Understanding Fraud Loss Insurance

Financial institutions have long managed risks through a combination of reducing exposure themselves and transferring risks through insurance. However, fraud risk is unique in that it has traditionally been a non-insurable problem.

After all, each business decides how much fraud loss is acceptable for the various products they offer, the specific customers they target, their choice of fraud prevention tools, the orchestration waterfall logic they implement and the coverage and accuracy of each tool in their toolbox. With varying levels of risk assurance across products, there has been no easy or consistent way to manage fraud losses between businesses—or even across different lines of business within the same institution.

That’s where machine learning and artificial intelligence play a critical role, enabling fraud loss insurers to price and underwrite a business’ fraud loss exposure while assessing expected losses in real time. As financial institutions accept or reject customers, whether for new accounts or transactions, these advanced technologies help refine risk evaluation.

Fraud loss insurance, a growing category within property and casualty insurance, is supported by partnerships with leading AM Best A+ rated insurers. With a streamlined digital claims process, policyholders typically receive payouts in under 30 days, helping insured institutions improve margins, cash flow and capital ratios.

Adding Fraud Loss Insurance To Your Risk Playbook

Adding fraud loss insurance is easy for banks and financial institutions looking to shore up their risk playbook this year. It starts with a quick coverage needs assessment by a fraud loss provider or through the institution’s own insurance broker to get a preliminary non-binding quote for the amount of fraud losses that will be shifted off the institution’s books, factoring in desired growth.

Organizations should consider factors such as their aggregate loss and per-incident limits relative to their current fraud losses, integration requirements with existing systems and whether their fraud profile aligns with available insurance products.

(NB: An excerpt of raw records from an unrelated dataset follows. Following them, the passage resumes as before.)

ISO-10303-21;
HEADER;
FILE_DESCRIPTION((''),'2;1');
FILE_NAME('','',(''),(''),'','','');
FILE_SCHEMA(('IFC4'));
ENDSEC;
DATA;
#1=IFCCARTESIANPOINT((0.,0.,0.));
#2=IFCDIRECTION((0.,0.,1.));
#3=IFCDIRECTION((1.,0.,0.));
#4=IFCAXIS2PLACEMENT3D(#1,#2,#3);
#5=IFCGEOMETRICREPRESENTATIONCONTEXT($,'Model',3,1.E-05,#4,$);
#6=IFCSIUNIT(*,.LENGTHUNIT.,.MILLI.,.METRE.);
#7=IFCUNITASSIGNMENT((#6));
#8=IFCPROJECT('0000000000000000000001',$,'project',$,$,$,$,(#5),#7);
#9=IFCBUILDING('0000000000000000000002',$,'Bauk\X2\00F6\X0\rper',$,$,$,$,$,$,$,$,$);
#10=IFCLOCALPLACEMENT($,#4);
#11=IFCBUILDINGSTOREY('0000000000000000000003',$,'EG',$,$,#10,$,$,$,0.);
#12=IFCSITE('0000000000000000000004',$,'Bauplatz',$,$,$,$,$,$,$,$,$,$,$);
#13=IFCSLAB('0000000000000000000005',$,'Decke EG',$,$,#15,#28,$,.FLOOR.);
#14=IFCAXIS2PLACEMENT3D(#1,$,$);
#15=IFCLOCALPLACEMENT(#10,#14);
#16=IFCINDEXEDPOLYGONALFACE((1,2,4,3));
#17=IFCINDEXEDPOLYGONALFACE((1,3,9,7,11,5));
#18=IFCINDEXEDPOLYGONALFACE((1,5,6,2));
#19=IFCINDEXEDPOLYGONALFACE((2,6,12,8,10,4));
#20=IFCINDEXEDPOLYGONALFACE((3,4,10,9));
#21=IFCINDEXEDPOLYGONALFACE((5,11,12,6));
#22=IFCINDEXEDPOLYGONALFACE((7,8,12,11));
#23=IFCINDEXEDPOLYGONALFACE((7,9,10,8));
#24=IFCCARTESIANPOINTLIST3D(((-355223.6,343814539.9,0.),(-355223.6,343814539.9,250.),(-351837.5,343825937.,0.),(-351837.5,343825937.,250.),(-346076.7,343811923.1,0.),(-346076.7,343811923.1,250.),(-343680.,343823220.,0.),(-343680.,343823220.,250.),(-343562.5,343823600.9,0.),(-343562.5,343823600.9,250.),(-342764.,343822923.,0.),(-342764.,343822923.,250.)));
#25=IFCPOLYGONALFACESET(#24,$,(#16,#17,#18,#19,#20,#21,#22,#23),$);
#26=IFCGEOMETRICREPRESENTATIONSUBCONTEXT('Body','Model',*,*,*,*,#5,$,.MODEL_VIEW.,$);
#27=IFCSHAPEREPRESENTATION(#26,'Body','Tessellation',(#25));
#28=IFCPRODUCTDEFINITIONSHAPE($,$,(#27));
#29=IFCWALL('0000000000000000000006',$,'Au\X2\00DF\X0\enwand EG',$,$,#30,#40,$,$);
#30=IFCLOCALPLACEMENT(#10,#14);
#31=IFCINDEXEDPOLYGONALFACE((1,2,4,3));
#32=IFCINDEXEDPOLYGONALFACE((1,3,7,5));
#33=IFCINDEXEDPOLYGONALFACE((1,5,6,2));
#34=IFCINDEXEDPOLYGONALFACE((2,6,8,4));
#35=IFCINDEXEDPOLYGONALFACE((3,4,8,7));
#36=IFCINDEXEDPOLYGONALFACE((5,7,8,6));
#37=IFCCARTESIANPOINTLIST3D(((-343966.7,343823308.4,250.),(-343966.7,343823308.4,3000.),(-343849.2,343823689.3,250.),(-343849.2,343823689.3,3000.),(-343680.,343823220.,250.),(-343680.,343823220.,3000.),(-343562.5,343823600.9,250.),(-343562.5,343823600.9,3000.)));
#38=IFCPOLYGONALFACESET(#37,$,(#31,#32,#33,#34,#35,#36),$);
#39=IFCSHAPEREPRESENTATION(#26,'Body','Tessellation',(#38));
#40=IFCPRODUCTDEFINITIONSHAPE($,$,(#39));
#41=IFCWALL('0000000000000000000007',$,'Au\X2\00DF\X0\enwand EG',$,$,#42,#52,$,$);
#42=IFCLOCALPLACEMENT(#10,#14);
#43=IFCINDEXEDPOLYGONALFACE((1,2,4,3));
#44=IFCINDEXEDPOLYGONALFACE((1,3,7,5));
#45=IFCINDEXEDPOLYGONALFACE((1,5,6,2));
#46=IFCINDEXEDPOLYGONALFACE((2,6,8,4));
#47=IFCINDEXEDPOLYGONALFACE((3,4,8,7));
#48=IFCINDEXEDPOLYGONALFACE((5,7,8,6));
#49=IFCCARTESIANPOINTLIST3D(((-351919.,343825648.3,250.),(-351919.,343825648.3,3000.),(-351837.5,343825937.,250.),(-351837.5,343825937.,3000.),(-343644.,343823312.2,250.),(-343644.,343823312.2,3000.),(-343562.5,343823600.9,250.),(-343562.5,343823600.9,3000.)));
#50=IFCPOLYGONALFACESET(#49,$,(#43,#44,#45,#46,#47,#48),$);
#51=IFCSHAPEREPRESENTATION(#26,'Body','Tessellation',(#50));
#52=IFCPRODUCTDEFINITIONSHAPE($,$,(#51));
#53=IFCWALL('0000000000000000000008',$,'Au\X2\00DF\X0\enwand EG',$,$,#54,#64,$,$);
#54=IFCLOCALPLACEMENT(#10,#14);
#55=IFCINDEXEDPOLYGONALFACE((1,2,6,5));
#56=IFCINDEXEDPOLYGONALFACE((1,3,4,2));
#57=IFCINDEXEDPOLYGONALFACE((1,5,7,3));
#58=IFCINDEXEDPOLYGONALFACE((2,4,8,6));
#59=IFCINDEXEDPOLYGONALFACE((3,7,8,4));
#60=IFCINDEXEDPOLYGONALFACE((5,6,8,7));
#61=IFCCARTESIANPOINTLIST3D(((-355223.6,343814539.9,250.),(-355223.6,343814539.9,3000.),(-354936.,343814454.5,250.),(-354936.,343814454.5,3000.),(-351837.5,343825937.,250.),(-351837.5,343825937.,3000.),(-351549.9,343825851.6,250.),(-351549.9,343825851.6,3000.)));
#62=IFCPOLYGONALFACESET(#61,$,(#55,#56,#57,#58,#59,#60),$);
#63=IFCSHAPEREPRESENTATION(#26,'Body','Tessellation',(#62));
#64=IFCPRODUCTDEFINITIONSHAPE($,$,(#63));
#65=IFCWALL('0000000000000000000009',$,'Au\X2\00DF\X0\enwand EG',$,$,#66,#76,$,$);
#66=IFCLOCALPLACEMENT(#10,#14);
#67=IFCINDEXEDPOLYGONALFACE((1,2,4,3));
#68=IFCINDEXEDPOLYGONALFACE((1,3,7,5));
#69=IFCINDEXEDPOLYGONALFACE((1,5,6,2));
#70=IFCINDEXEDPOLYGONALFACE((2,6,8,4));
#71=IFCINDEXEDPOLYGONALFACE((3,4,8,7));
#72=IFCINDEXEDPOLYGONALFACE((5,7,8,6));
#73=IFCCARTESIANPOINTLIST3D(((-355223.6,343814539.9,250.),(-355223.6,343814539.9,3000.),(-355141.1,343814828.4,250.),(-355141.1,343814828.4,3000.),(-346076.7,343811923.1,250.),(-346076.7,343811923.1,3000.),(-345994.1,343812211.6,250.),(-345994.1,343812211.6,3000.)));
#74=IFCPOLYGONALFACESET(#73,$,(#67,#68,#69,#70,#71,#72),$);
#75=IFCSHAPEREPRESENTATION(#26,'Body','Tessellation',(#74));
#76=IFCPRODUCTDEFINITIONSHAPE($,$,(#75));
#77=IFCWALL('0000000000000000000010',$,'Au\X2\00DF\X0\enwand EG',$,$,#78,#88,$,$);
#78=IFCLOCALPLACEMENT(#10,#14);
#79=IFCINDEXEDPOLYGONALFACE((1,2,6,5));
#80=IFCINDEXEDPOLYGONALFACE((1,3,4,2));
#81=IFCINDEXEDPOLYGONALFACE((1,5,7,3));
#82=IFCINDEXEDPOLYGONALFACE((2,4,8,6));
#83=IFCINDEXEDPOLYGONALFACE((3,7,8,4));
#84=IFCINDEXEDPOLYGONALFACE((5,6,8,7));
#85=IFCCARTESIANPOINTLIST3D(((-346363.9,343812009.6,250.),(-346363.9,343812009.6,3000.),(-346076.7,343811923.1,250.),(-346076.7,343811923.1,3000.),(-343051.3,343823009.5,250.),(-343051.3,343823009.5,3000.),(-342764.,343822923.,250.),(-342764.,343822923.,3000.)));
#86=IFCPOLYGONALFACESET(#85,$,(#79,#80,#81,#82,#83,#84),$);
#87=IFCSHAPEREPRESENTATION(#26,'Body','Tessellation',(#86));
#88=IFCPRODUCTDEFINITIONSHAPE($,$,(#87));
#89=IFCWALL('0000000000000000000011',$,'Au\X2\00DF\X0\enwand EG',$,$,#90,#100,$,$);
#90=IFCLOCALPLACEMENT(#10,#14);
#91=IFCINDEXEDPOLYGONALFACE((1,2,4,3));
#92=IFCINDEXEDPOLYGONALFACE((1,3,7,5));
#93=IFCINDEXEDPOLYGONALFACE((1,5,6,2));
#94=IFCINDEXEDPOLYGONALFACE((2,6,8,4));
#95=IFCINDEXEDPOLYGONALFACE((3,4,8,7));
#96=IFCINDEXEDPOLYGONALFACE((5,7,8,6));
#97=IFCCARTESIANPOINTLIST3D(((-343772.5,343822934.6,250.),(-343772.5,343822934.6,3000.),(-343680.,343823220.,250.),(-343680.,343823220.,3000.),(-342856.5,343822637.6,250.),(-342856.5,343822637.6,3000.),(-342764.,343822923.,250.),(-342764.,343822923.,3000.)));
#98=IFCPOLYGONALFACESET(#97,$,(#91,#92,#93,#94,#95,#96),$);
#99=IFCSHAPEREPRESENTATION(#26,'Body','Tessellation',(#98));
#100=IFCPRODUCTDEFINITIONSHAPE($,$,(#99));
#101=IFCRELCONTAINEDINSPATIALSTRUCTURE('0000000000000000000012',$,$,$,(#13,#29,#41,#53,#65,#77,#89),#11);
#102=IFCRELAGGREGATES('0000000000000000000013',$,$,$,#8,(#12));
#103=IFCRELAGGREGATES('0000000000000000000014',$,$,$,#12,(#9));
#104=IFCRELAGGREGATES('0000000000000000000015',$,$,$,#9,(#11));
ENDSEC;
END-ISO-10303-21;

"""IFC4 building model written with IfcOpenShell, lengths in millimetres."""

from ifc_helpers import new_model, si_unit, frame, origin_with_axes, place, context, subcontext, project, spatial, indexed_curve, outline, extrude, element, save


model = new_model("IFC4")

# Units and contexts
model_context = context("Model", 3, precision=1e-05, world=origin_with_axes())
body_context = subcontext(model_context, "Body", "Model", "MODEL_VIEW")
ifc_project = project(units=[si_unit("LENGTHUNIT", "METRE", prefix="MILLI")], contexts=[model_context])

# Site, building, storey
site = spatial("IfcSite", under=ifc_project, Name="Bauplatz")
building = spatial("IfcBuilding", under=site, Name="Baukörper")
storey_placement = place(None, origin_with_axes())
storey = spatial("IfcBuildingStorey", under=building, at=storey_placement, Name="EG", Elevation=0.0)

# Slab
slab_placement = place(storey_placement, origin_with_axes())
element("IfcSlab", 1, at=slab_placement, inside=storey, Name="Decke EG", PredefinedType="FLOOR", context=body_context, shape_type="SweptSolid", body=[
    extrude(outline(indexed_curve([(-343680.0, 343823220.0), (-342764.0, 343822923.0), (-346076.7, 343811923.1), (-355223.6, 343814539.9), (-351837.5, 343825937.0), (-343562.5, 343823600.9)])), None, (0.0, 0.0, 1.0), 250.0),
])

# Walls
wall_1_placement = place(storey_placement, frame((-343680.0, 343823220.0, 250.0), z_axis=(0.0, 0.0, 1.0), x_axis=(0.294713, 0.955586, 0.0)))
element("IfcWall", 2, at=wall_1_placement, inside=storey, Name="Außenwand EG", context=body_context, shape_type="SweptSolid", body=[
    extrude(outline(indexed_curve([(0.0, 0.0), (0.0, 300.0), (398.6, 300.0), (398.6, 0.0), (0.0, 0.0)], self_intersect=False)), origin_with_axes(), (0.0, 0.0, 1.0), 2750.0),
])
wall_2_placement = place(storey_placement, frame((-343562.5, 343823600.9, 250.0), z_axis=(0.0, 0.0, 1.0), x_axis=(-0.962385, 0.271691, 0.0)))
element("IfcWall", 3, at=wall_2_placement, inside=storey, Name="Außenwand EG", context=body_context, shape_type="SweptSolid", body=[
    extrude(outline(indexed_curve([(0.0, 0.0), (0.0, 300.0), (8598.4, 300.0), (8598.4, 0.0), (0.0, 0.0)], self_intersect=False)), origin_with_axes(), (0.0, 0.0, 1.0), 2750.0),
])
wall_3_placement = place(storey_placement, frame((-351837.5, 343825937.0, 250.0), z_axis=(0.0, 0.0, 1.0), x_axis=(-0.284796, -0.958588, 0.0)))
element("IfcWall", 4, at=wall_3_placement, inside=storey, Name="Außenwand EG", context=body_context, shape_type="SweptSolid", body=[
    extrude(outline(indexed_curve([(0.0, 0.0), (0.0, 300.0), (11889.4, 300.0), (11889.4, 0.0), (0.0, 0.0)], self_intersect=False)), origin_with_axes(), (0.0, 0.0, 1.0), 2750.0),
])
wall_4_placement = place(storey_placement, frame((-355223.6, 343814539.9, 250.0), z_axis=(0.0, 0.0, 1.0), x_axis=(0.96143, -0.275051, 0.0)))
element("IfcWall", 5, at=wall_4_placement, inside=storey, Name="Außenwand EG", context=body_context, shape_type="SweptSolid", body=[
    extrude(outline(indexed_curve([(0.0, 0.0), (0.0, 300.0), (9513.9, 300.0), (9513.9, 0.0), (0.0, 0.0)], self_intersect=False)), origin_with_axes(), (0.0, 0.0, 1.0), 2750.0),
])
wall_5_placement = place(storey_placement, frame((-346076.7, 343811923.1, 250.0), z_axis=(0.0, 0.0, 1.0), x_axis=(0.288362, 0.957521, 0.0)))
element("IfcWall", 6, at=wall_5_placement, inside=storey, Name="Außenwand EG", context=body_context, shape_type="SweptSolid", body=[
    extrude(outline(indexed_curve([(0.0, 0.0), (0.0, 300.0), (11487.9, 300.0), (11487.9, 0.0), (0.0, 0.0)], self_intersect=False)), origin_with_axes(), (0.0, 0.0, 1.0), 2750.0),
])
wall_6_placement = place(storey_placement, frame((-342764.0, 343822923.0, 250.0), z_axis=(0.0, 0.0, 1.0), x_axis=(-0.951248, 0.308429, 0.0)))
element("IfcWall", 7, at=wall_6_placement, inside=storey, Name="Außenwand EG", context=body_context, shape_type="SweptSolid", body=[
    extrude(outline(indexed_curve([(0.0, 0.0), (0.0, 300.0), (962.9, 300.0), (962.9, 0.0), (0.0, 0.0)], self_intersect=False)), origin_with_axes(), (0.0, 0.0, 1.0), 2750.0),
])

save(model, "model.ifc")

Once approved, the provider will underwrite the fraud loss insurance policy, using historical data for AI analysis. If everything looks good, the financial institution will receive an insurance policy and a service agreement, along with instructions for setting up the technology.

How Does the Future Look?

As identity fraud continues to be a risk that banks and financial institutions manage daily, it’s paramount that these organizations look for solutions rooted in advanced technologies and adaptive strategies. AI-driven fraud detection and predictive analytics are transforming how banks and financial institutions identify and mitigate risks. These tools can help banks more proactively protect themselves and their customers at the point of customer acquisition and help organizations stay ahead of ever-changing regulations.

Looking ahead, the synergy between fraud loss management and insurance will be enhanced. Organizations that implement a layered defense strategy—combining advanced detection tools, predictive analytics and comprehensive fraud loss insurance—will be better equipped to navigate the upcoming risk environment with improved capital rations, margins and top-line growth.